[ASSIGNMENT]:
For the data below, work out how many lines contain the word "IFCSIUNIT" and supply only that number.

[DATASET EXCERPTS]:
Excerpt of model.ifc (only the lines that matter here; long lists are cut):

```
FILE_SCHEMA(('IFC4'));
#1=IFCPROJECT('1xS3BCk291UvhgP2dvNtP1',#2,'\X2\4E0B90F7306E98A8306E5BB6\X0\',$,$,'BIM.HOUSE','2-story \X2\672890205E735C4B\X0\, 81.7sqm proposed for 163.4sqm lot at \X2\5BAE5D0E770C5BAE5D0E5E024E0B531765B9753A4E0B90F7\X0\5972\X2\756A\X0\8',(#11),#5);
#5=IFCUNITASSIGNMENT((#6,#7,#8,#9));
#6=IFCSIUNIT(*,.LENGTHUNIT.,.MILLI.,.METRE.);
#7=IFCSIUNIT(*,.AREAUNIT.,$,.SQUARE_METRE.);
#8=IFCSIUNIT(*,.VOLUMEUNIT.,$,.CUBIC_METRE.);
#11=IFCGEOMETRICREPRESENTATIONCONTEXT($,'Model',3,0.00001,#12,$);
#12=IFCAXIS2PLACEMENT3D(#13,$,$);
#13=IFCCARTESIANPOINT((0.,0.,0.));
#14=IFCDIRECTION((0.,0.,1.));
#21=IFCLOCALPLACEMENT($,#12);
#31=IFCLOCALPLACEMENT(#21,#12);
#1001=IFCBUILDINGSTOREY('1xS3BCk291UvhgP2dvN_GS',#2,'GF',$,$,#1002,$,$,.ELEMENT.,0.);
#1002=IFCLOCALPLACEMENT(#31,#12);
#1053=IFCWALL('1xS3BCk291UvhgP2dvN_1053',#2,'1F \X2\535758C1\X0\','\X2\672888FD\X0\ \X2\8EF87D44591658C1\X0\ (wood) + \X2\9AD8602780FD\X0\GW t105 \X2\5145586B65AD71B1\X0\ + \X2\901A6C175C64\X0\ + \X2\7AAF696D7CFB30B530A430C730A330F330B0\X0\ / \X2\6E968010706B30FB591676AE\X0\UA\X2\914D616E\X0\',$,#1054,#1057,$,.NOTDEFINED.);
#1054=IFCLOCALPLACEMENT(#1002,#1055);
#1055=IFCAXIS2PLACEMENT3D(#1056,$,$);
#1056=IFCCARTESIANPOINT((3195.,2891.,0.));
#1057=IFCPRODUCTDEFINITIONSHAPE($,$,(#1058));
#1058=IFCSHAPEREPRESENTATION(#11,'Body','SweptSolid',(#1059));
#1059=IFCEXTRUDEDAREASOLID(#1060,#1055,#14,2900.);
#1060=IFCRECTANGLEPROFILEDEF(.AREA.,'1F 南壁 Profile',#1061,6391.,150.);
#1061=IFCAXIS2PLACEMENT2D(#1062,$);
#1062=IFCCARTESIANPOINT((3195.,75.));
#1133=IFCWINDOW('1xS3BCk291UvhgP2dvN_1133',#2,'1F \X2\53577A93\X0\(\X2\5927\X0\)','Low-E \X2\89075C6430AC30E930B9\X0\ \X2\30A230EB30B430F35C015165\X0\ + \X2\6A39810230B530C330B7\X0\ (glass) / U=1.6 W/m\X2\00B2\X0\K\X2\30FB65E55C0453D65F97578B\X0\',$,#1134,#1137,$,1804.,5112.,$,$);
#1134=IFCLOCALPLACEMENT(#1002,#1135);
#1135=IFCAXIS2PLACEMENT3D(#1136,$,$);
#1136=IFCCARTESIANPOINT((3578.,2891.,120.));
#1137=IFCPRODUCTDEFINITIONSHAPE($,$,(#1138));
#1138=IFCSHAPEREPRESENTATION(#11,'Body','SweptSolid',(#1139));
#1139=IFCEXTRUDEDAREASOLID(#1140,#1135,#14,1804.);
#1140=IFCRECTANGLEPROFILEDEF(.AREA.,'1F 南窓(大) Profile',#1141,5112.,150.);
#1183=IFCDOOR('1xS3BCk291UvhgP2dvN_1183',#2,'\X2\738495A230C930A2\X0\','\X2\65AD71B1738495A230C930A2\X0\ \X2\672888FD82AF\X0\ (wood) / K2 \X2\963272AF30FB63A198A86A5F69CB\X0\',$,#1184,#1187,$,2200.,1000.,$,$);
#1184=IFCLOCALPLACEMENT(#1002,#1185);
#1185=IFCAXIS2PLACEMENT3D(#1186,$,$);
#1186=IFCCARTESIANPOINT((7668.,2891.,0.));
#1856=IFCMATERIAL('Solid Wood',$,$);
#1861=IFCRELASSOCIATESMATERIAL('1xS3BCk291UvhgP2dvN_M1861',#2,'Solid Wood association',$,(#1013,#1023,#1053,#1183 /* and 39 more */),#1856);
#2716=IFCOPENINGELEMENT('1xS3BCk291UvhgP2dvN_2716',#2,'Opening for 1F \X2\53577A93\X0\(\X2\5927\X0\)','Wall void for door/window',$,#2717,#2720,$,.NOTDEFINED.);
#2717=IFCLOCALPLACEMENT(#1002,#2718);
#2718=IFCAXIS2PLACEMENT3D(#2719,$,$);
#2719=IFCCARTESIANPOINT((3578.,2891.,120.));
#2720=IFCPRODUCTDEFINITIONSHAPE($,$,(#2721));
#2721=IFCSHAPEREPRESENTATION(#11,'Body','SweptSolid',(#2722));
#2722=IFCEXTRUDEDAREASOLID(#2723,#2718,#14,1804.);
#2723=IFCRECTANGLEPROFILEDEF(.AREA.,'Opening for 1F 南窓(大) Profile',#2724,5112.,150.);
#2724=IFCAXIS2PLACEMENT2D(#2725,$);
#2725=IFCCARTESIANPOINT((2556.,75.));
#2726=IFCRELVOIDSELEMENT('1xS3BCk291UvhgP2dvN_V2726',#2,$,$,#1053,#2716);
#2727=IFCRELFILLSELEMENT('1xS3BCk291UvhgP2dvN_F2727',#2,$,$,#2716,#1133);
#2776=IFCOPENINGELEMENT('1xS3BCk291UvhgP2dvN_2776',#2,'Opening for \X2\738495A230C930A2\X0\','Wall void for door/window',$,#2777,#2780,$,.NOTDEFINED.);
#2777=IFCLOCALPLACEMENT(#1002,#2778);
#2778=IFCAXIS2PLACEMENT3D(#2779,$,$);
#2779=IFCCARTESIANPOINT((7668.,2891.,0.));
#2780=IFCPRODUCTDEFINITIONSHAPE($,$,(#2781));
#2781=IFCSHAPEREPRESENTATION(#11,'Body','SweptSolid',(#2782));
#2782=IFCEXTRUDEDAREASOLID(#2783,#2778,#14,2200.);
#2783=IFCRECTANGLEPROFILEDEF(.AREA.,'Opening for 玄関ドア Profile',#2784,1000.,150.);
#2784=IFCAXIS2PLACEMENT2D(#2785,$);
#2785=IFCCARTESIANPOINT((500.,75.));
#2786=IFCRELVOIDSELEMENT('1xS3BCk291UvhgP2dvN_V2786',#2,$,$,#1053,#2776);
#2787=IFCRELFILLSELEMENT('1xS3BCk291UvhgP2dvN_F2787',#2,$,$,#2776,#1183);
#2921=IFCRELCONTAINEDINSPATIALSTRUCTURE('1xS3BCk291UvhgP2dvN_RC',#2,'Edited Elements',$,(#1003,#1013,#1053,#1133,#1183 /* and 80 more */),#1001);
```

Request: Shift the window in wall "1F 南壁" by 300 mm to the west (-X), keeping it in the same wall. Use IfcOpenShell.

```python
import ifcopenshell
import ifcopenshell.api.geometry
import ifcopenshell.util.placement
import ifcopenshell.util.unit

model = ifcopenshell.open("model.ifc")
unit_scale = ifcopenshell.util.unit.calculate_unit_scale(model)

window = model.by_id(1133)
opening = window.FillsVoids[0].RelatingOpeningElement
wall = opening.VoidsElements[0].RelatingBuildingElement

wall_matrix = ifcopenshell.util.placement.get_local_placement(wall.ObjectPlacement)
shift = wall_matrix[:3, 0] * -0.3 / unit_scale
before = ifcopenshell.util.placement.get_local_placement(window.ObjectPlacement)[:3, 3].copy()

# The window is not placed relative to its opening, so move both.
for product in (opening, window):
    matrix = ifcopenshell.util.placement.get_local_placement(product.ObjectPlacement)
    matrix[:3, 3] += shift
    ifcopenshell.api.geometry.edit_object_placement(model, product=product, matrix=matrix, is_si=False)

after = ifcopenshell.util.placement.get_local_placement(window.ObjectPlacement)[:3, 3]
print("window moved by", (after - before).round(3) + 0.0)

model.write("model_edited.ifc")
```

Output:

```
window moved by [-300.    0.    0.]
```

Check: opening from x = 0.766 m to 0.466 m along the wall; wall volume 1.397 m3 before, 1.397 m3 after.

[SOLUTION TO THIS EXERCISE]:
3